Nathalie se rapprocha du mur et posa sa main sur la pierre. Elle sentit ses rugosités s’imprimer sur sa peau, telles des amorces de tentacules qui voudraient plonger dans ce réceptacle vivant qui s’offrait comme support de leurs mémoires. Nathalie aimait l’Histoire – comme elle aimait tout – mais ce qui l’intéressait, ce n’étaient pas les faits tels quels, mais bien ce qu’ils contenaient d’humain, ce qu’ils pouvaient révéler sur les hommes et les femmes vivants, et leurs passages à travers les siècles. Elle était à la recherche des traces humaines pour se mettre en communication avec cette chaîne continue des générations.
Leur dialogue et leurs réflexions furent interrompus par l’arrivée du garçon qui leur présenta le menu. Nathalie, dont le choix avait été arrêté même avant d’entrer, le posa à côté de son assiette et regarda Stefan étudier le sien.
« Tu manges le poisson cru, toi, demanda Nathalie.
– Je n’ai jamais essayé, mais j’aimerais bien. De toute façon, j’adore le saumon. Je crois que je vais prendre le carpaccio comme entrée et ensuite le pavé.
– Tu sais, il y a des gens que cela dégoûte, le poisson cru.
– Si tu le dis, répliqua Stefan en souriant, mais je ne vais pas augmenter leur nombre. »
Ils passèrent leur commande au garçon qui, avant de de retirer, demanda ce qu’il pouvait leur apporter comme boisson.
« Du vin blanc pour accompagner le poisson, ça te dit ? »
Nathalie n’y trouva rien à redire, et le garçon, la commande complétée par le choix du vin, se retira pour les rendre à leur intimité. Les mains, qui s’étaient timidement retirées pour feuilleter le menu, en profitèrent pour se rapprocher, tandis que la lumière de la bougie faisait briller leurs yeux, telles des braises au fond d’un abîme.
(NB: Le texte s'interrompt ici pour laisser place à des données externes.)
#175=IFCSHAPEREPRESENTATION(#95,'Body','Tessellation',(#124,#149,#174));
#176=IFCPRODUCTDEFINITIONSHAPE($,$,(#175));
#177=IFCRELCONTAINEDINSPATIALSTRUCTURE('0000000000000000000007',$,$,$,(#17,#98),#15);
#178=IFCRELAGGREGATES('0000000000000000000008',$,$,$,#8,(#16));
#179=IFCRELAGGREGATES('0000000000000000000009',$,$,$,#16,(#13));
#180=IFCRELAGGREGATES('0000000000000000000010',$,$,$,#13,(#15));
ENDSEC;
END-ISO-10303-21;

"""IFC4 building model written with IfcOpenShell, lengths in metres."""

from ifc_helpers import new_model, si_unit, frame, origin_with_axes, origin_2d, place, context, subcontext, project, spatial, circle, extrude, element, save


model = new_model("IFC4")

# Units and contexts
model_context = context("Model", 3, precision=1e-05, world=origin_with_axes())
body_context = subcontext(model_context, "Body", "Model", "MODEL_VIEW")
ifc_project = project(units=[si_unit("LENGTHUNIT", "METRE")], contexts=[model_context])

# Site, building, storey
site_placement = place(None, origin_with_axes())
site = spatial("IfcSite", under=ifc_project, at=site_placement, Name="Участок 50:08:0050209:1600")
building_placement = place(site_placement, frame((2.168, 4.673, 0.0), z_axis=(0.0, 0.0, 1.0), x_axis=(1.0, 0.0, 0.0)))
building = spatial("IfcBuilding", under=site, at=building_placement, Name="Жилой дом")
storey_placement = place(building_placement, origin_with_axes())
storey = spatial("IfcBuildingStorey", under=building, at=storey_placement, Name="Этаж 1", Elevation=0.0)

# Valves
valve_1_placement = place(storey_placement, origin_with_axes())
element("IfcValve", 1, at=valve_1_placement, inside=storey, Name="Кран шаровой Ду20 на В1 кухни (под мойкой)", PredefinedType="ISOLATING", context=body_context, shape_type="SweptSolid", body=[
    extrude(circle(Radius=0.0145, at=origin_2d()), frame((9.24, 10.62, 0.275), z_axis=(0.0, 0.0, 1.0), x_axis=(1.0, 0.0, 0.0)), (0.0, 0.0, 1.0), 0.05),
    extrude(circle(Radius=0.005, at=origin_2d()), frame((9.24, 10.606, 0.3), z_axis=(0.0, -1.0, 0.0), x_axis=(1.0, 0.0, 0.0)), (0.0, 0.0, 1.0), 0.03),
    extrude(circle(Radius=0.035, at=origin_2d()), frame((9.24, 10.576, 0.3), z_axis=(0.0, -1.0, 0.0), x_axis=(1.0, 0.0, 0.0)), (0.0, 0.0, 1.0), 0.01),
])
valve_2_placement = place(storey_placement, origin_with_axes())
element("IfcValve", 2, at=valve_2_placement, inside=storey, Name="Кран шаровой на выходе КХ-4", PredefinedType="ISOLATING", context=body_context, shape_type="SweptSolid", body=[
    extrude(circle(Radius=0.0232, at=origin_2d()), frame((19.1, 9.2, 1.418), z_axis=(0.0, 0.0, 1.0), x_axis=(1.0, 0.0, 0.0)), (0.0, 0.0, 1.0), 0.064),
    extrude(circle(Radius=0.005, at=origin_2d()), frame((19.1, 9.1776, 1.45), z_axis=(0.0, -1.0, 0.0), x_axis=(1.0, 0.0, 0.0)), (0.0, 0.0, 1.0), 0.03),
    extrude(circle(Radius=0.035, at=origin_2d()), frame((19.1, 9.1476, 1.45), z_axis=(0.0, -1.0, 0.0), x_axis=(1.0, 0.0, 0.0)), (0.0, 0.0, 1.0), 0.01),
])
Tout d’un coup, Nathalie se leva :
« Je reviens tout de suite. »
Elle se pencha légèrement, posa un bisou sur la joue de son amant, et partit en direction des toilettes. Stefan, la tête posée sur les doigts de ses mains croisées, la suivit du regard. Il la vit descendre l’escalier, à côté du comptoir, et imagina entendre les marches craquer sous son poids. À mesure qu’il la vit disparaître, des images montaient dans sa tête qui le ramenaient en arrière. Il se revit en Bretagne.